Look for "IFCRELASSOCIATESMATERIAL" in the records and copy every line that has it.

───

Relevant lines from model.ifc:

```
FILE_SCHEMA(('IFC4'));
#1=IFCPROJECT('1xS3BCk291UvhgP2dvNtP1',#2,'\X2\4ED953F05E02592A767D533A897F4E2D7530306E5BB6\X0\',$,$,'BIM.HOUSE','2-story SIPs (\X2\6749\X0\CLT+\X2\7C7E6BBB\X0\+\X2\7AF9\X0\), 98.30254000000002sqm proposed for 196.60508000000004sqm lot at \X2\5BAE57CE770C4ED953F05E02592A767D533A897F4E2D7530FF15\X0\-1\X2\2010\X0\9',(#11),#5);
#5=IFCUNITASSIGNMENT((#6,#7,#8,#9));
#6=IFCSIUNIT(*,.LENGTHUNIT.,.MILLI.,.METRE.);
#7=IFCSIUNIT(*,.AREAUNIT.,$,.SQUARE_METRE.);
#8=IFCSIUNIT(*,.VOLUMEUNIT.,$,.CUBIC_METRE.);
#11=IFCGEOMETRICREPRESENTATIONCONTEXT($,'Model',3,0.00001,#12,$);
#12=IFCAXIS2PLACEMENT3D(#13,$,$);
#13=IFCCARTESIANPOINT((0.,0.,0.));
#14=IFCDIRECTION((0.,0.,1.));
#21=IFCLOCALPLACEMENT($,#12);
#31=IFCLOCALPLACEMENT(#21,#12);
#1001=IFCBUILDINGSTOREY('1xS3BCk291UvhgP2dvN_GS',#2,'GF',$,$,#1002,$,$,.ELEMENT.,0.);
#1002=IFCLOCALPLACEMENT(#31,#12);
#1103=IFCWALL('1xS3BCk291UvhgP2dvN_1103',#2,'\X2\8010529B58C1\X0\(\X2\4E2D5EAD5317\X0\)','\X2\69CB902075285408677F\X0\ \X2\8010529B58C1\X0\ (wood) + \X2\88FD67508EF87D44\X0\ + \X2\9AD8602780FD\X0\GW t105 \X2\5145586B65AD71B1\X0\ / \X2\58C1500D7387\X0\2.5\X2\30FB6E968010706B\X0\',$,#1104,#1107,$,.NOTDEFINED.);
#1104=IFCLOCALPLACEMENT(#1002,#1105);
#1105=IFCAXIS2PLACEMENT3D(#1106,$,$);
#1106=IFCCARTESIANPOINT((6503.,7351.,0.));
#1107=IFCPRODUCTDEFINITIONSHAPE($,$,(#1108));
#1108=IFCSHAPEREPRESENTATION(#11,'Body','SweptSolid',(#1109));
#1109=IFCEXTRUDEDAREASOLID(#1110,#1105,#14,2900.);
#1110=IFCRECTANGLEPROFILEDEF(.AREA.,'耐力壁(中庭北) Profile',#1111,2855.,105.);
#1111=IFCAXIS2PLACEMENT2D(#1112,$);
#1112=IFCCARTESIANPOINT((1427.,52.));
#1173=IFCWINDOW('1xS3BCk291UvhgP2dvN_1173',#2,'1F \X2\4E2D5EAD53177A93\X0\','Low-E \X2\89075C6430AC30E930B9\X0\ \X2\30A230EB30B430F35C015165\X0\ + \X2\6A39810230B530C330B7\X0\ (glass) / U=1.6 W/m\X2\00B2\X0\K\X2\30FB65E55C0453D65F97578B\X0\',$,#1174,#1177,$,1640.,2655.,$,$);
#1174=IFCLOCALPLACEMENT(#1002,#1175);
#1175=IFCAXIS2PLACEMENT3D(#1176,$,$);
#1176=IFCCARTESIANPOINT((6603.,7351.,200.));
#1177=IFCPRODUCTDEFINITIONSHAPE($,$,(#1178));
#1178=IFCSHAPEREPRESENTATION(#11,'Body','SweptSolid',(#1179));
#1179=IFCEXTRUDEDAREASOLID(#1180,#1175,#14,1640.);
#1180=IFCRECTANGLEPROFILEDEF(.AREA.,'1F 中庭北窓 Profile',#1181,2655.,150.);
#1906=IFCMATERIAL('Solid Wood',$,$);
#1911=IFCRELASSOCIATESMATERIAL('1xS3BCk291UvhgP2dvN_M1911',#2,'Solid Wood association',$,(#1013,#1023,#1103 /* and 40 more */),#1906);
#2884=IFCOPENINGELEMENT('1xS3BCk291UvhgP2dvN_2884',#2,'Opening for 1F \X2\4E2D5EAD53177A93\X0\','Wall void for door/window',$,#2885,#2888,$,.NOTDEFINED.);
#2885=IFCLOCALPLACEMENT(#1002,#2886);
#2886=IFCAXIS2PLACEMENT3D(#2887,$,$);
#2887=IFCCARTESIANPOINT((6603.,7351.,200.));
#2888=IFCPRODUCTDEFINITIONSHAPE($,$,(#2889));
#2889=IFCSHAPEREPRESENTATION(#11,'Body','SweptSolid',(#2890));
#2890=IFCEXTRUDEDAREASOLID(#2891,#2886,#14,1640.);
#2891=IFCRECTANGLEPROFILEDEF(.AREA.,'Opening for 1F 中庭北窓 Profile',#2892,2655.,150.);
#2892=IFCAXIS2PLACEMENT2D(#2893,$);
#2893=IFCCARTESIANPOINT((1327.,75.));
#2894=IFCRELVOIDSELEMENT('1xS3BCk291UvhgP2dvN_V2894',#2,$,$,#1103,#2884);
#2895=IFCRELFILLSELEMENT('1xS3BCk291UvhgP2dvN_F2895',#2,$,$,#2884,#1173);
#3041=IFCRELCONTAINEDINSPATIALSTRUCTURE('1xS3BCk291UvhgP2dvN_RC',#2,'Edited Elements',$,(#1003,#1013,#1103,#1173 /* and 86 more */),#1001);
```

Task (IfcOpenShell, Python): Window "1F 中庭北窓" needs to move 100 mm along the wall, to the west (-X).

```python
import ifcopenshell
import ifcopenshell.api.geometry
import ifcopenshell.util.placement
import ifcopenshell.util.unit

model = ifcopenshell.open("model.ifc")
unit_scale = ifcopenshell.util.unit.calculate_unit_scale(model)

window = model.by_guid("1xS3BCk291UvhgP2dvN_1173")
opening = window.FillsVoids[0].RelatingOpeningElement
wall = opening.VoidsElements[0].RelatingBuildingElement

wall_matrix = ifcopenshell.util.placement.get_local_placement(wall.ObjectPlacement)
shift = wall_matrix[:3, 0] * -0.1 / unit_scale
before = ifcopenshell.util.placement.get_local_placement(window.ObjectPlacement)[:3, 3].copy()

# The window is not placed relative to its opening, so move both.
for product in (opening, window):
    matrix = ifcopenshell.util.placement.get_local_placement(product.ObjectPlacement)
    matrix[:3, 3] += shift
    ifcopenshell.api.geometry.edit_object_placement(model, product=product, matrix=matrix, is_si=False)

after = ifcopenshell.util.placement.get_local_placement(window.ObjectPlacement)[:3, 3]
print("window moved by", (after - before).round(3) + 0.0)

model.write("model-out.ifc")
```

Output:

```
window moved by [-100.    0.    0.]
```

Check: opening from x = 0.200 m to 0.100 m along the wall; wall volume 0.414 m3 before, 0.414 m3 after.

───

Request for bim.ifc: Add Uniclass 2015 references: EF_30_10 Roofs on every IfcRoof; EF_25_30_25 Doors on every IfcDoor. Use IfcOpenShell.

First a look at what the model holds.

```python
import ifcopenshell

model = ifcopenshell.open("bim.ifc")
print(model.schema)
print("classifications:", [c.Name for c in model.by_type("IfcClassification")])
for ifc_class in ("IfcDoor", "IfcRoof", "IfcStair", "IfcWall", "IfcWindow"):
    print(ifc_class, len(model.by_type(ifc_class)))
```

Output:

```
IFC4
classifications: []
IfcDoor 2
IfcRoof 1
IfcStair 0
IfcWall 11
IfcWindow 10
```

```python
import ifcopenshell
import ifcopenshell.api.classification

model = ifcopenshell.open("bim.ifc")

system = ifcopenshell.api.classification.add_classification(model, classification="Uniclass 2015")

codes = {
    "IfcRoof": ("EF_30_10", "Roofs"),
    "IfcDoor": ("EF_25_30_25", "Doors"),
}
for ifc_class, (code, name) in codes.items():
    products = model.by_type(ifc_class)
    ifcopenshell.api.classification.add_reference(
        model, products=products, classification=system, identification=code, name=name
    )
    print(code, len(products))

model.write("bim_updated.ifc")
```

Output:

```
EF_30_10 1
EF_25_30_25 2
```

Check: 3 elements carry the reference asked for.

───

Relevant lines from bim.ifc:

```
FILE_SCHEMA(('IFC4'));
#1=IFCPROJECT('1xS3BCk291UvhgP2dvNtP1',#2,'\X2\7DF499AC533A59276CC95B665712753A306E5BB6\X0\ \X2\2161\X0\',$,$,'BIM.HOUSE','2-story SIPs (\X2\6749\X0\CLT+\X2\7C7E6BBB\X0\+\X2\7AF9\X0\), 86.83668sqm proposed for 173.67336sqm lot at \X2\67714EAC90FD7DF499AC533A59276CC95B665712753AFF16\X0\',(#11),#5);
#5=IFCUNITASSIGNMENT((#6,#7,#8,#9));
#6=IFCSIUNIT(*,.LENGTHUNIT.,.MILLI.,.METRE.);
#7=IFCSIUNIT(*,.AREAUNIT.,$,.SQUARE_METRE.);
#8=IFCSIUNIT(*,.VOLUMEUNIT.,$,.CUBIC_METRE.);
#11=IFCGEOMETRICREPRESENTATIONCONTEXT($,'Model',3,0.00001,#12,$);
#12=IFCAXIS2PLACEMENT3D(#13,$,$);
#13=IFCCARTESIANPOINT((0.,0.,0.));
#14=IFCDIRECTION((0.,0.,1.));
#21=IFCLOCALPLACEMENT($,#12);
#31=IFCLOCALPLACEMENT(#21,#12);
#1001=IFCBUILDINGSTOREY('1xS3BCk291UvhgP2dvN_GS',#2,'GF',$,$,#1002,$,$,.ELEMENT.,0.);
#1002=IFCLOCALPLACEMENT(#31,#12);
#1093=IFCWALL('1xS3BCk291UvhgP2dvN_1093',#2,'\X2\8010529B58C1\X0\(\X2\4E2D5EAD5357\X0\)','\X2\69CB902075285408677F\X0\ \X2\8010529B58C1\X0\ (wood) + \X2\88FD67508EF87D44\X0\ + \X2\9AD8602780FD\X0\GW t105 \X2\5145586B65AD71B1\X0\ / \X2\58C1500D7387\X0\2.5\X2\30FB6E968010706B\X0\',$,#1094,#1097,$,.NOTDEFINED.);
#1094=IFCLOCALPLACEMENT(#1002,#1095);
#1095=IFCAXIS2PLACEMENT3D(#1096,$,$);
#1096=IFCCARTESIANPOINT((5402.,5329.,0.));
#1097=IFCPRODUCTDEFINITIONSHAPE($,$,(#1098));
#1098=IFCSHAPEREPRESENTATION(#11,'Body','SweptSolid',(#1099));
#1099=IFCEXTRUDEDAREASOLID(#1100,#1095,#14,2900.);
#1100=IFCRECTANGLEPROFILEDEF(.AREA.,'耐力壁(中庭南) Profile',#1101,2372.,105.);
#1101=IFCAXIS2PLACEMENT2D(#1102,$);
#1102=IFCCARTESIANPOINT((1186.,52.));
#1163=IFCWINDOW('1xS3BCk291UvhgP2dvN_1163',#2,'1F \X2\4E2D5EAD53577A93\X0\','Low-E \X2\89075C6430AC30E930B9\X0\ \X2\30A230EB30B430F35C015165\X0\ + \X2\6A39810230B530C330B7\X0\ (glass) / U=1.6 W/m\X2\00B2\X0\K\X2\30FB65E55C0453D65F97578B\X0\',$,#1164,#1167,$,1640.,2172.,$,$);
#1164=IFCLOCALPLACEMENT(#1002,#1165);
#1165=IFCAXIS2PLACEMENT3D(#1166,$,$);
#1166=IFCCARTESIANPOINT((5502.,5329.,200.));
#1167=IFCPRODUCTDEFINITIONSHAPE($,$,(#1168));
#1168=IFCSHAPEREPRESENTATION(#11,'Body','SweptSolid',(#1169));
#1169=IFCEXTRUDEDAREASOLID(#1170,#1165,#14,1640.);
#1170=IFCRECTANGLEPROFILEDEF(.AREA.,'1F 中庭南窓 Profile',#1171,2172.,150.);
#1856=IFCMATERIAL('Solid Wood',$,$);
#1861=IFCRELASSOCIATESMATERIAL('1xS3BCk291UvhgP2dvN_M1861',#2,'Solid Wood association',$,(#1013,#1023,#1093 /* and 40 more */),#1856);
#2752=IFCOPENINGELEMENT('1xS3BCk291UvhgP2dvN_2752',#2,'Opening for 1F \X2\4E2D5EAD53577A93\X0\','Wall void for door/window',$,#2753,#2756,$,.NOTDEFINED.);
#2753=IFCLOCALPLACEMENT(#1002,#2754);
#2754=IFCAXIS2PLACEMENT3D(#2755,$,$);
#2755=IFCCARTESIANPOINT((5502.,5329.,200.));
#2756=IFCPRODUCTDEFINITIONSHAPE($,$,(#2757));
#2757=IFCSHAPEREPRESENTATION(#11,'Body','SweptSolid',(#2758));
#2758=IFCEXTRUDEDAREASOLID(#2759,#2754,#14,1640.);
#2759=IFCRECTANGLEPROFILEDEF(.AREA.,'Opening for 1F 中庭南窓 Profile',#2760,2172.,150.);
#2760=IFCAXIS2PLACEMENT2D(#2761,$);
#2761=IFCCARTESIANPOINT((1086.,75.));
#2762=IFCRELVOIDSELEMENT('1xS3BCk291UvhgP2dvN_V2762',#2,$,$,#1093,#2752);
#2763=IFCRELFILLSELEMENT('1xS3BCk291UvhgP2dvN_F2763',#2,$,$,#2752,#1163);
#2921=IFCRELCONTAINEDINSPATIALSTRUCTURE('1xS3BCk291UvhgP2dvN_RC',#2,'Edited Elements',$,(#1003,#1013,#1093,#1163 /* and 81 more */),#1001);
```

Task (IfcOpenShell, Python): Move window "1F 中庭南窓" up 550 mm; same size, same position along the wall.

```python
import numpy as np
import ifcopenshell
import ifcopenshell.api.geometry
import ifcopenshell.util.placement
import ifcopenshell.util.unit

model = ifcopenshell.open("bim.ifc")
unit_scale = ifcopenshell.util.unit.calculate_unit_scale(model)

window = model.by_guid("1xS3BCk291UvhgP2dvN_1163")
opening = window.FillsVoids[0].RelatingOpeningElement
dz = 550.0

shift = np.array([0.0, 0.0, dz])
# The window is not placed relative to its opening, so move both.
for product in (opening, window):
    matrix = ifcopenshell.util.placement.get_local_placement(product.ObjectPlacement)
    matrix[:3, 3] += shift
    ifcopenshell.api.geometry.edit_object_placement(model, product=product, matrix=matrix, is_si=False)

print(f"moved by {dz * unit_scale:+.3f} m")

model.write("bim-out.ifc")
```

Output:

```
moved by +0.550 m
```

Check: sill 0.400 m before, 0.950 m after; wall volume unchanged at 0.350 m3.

───

Solution to this problem |
#1911=IFCRELASSOCIATESMATERIAL('1xS3BCk291UvhgP2dvN_M1911',#2,'Solid Wood association',$,(#1013,#1023,#1103 /* and 40 more */),#1906);
#1861=IFCRELASSOCIATESMATERIAL('1xS3BCk291UvhgP2dvN_M1861',#2,'Solid Wood association',$,(#1013,#1023,#1093 /* and 40 more */),#1856);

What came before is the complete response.